[RLlib] Low GPU utilization with Apex and IMPALA
See original GitHub issueSystem information
- OS Platform and Distribution (e.g., Linux Ubuntu 16.04): Linux Ubuntu 18.04
- Ray installed from (source or binary): Binary (pip install ray[rllib] )
- Ray version: 0.7.5
- Python version: 3.5.2
- Exact command to reproduce: rl-experiments $ rllib train -f atari-apex/atari-apex.yaml $ rllib train -f pong-speedrun/pong-impala-fast.yaml rllib/tunes_examples $ rllib train -f tuned_examples/atari-apex.yaml
Describe the problem
I am hoping to accelerate RL algos for one of my problems. Given Apex and IMPALA seems to be the best fit for the cause, I tried the same with two system configurations (a) 4 CPUs, 1 (GTX 1070) GPU (b) 40 CPUs, 4 (V100) GPUs - DGX station. However, in either case, my GPU utilization seems to be quite low even with the examples shipped with Ray (in rllib/tuned_examples and rl-experiments repo). it is always less than 8% (intermittently only) and is 0% most of the time.
Is it expected behavior? There is no mention of GPU utilization levels in the results presented at https://github.com/ray-project/rl-experiments/blob/master/README.md too.
Kindly let me know if I am doing something wrong or anything I can try to improve the GPU utilization and accelerate RL training.
Source code / logs
Using FIFO scheduling algorithm.
Resources requested: 4/4 CPUs, 1/1 GPUs, 0.0/8.94 GiB heap, 0.0/3.08 GiB objects
Memory usage on this node: 8.1/15.6 GiB
Result logdir: /home/ankdesh/ray_results/pong-impala-fast
Number of trials: 1 ({'RUNNING': 1})
RUNNING trials:
- IMPALA_PongNoFrameskip-v4_0: RUNNING, [4 CPUs, 1 GPUs], [pid=15082], 10 s, 1 iter, 15000 ts, -20.6 rew
nvidia-smi
ankdesh@6f012718bda7:~$ nvidia-smi
Wed Oct 2 07:11:55 2019
+-----------------------------------------------------------------------------+
| NVIDIA-SMI 410.104 Driver Version: 410.104 CUDA Version: 10.0 |
|-------------------------------+----------------------+----------------------+
| GPU Name Persistence-M| Bus-Id Disp.A | Volatile Uncorr.

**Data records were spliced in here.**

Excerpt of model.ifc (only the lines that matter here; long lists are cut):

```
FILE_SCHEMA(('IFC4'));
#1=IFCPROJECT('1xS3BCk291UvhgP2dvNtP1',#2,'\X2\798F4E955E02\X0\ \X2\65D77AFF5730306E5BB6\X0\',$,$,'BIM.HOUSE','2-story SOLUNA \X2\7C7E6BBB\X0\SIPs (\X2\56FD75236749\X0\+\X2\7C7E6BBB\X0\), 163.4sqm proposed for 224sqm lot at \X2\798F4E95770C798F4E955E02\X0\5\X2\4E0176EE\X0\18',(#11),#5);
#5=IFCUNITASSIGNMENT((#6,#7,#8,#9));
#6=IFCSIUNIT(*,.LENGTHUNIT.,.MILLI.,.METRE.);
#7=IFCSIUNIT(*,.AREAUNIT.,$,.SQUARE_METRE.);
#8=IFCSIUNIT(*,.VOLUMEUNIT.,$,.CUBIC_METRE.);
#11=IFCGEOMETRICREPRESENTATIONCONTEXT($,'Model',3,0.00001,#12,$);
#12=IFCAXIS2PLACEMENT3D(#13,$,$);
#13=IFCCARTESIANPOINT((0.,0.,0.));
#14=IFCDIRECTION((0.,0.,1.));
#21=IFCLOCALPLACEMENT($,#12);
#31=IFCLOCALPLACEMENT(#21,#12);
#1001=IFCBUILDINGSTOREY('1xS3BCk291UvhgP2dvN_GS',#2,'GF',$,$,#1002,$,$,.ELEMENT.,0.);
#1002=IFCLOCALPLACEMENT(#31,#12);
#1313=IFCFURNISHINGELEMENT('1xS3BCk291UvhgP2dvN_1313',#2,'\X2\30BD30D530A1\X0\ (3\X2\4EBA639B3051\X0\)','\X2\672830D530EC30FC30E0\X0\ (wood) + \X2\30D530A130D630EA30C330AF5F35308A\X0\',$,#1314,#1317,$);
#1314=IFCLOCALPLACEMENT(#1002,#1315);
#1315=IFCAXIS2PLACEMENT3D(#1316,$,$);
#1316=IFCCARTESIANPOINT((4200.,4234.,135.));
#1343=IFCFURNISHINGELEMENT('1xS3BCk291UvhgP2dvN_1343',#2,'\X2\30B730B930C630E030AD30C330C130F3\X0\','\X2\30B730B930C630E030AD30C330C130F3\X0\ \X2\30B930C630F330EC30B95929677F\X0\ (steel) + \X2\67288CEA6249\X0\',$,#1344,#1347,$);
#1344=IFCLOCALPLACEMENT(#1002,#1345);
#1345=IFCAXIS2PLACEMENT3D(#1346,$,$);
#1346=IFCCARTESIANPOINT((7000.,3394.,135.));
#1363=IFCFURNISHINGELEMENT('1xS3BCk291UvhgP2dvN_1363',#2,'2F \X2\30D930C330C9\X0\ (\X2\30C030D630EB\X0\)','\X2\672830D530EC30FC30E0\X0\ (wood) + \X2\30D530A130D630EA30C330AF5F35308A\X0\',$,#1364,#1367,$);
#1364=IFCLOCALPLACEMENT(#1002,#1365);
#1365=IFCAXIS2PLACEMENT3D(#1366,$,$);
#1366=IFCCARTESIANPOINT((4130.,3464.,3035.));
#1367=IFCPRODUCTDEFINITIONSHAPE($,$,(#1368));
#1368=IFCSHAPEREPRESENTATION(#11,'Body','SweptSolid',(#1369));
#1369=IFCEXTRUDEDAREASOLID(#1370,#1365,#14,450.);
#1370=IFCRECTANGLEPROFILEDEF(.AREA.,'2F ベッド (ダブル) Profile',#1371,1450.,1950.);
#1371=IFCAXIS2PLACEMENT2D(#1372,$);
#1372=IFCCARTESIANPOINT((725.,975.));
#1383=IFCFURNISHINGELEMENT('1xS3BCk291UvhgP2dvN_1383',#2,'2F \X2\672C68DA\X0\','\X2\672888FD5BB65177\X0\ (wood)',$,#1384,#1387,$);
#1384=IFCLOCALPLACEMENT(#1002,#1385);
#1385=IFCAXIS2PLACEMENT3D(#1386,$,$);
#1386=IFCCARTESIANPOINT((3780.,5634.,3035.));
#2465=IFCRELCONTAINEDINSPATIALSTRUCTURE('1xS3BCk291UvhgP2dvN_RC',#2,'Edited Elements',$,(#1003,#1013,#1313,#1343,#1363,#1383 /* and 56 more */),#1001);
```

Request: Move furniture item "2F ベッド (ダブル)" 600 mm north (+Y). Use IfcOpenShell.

```python
import ifcopenshell
import ifcopenshell.api.geometry
import ifcopenshell.util.placement

model = ifcopenshell.open("model.ifc")

item = model.by_guid("1xS3BCk291UvhgP2dvN_1363")
matrix = ifcopenshell.util.placement.get_local_placement(item.ObjectPlacement)
matrix[1, 3] += 600.0
ifcopenshell.api.geometry.edit_object_placement(model, product=item, matrix=matrix, is_si=False)

print(ifcopenshell.util.placement.get_local_placement(item.ObjectPlacement).round(3) + 0.0)

model.write("model_updated.ifc")
```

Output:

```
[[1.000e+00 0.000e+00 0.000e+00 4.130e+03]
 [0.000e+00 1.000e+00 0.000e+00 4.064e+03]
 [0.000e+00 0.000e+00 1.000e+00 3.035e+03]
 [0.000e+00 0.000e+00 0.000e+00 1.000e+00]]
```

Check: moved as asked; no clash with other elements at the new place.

ECC |
| Fan Temp Perf Pwr:Usage/Cap| Memory-Usage | GPU-Util Compute M. |
|===============================+======================+======================|
| 0 GeForce GTX 1070 On | 00000000:01:00.0 On | N/A |
| 0% 47C P8 15W / 200W | 515MiB / 8118MiB | 0% Default |
+-------------------------------+----------------------+----------------------+
Issue Analytics
- State:
- Created 4 years ago
- Comments:5
Top GitHub Comments
@ankdesh Hey I did some digging into this and I read through the original paper for ape-x and what I found was that in their setup they said that workers will run on cpu and only one learner network will run on GPU. So if that’s how it’s implemented in rllib maybe that’s why we see a lower usage on GPU . I haven’t gone through the ape-x code in rllib but I think that’s the case.
@ankdesh I am also facing the same problem, also running Tuned Examples the
pong-speedrun/pong-impala-fast.yaml
which should run in under 7 mins for 32 CPUs, I ran that for 1 Hour on 10 CPUs, still, it didn’t move from a negative reward. Also, my GPU usage is under 8%.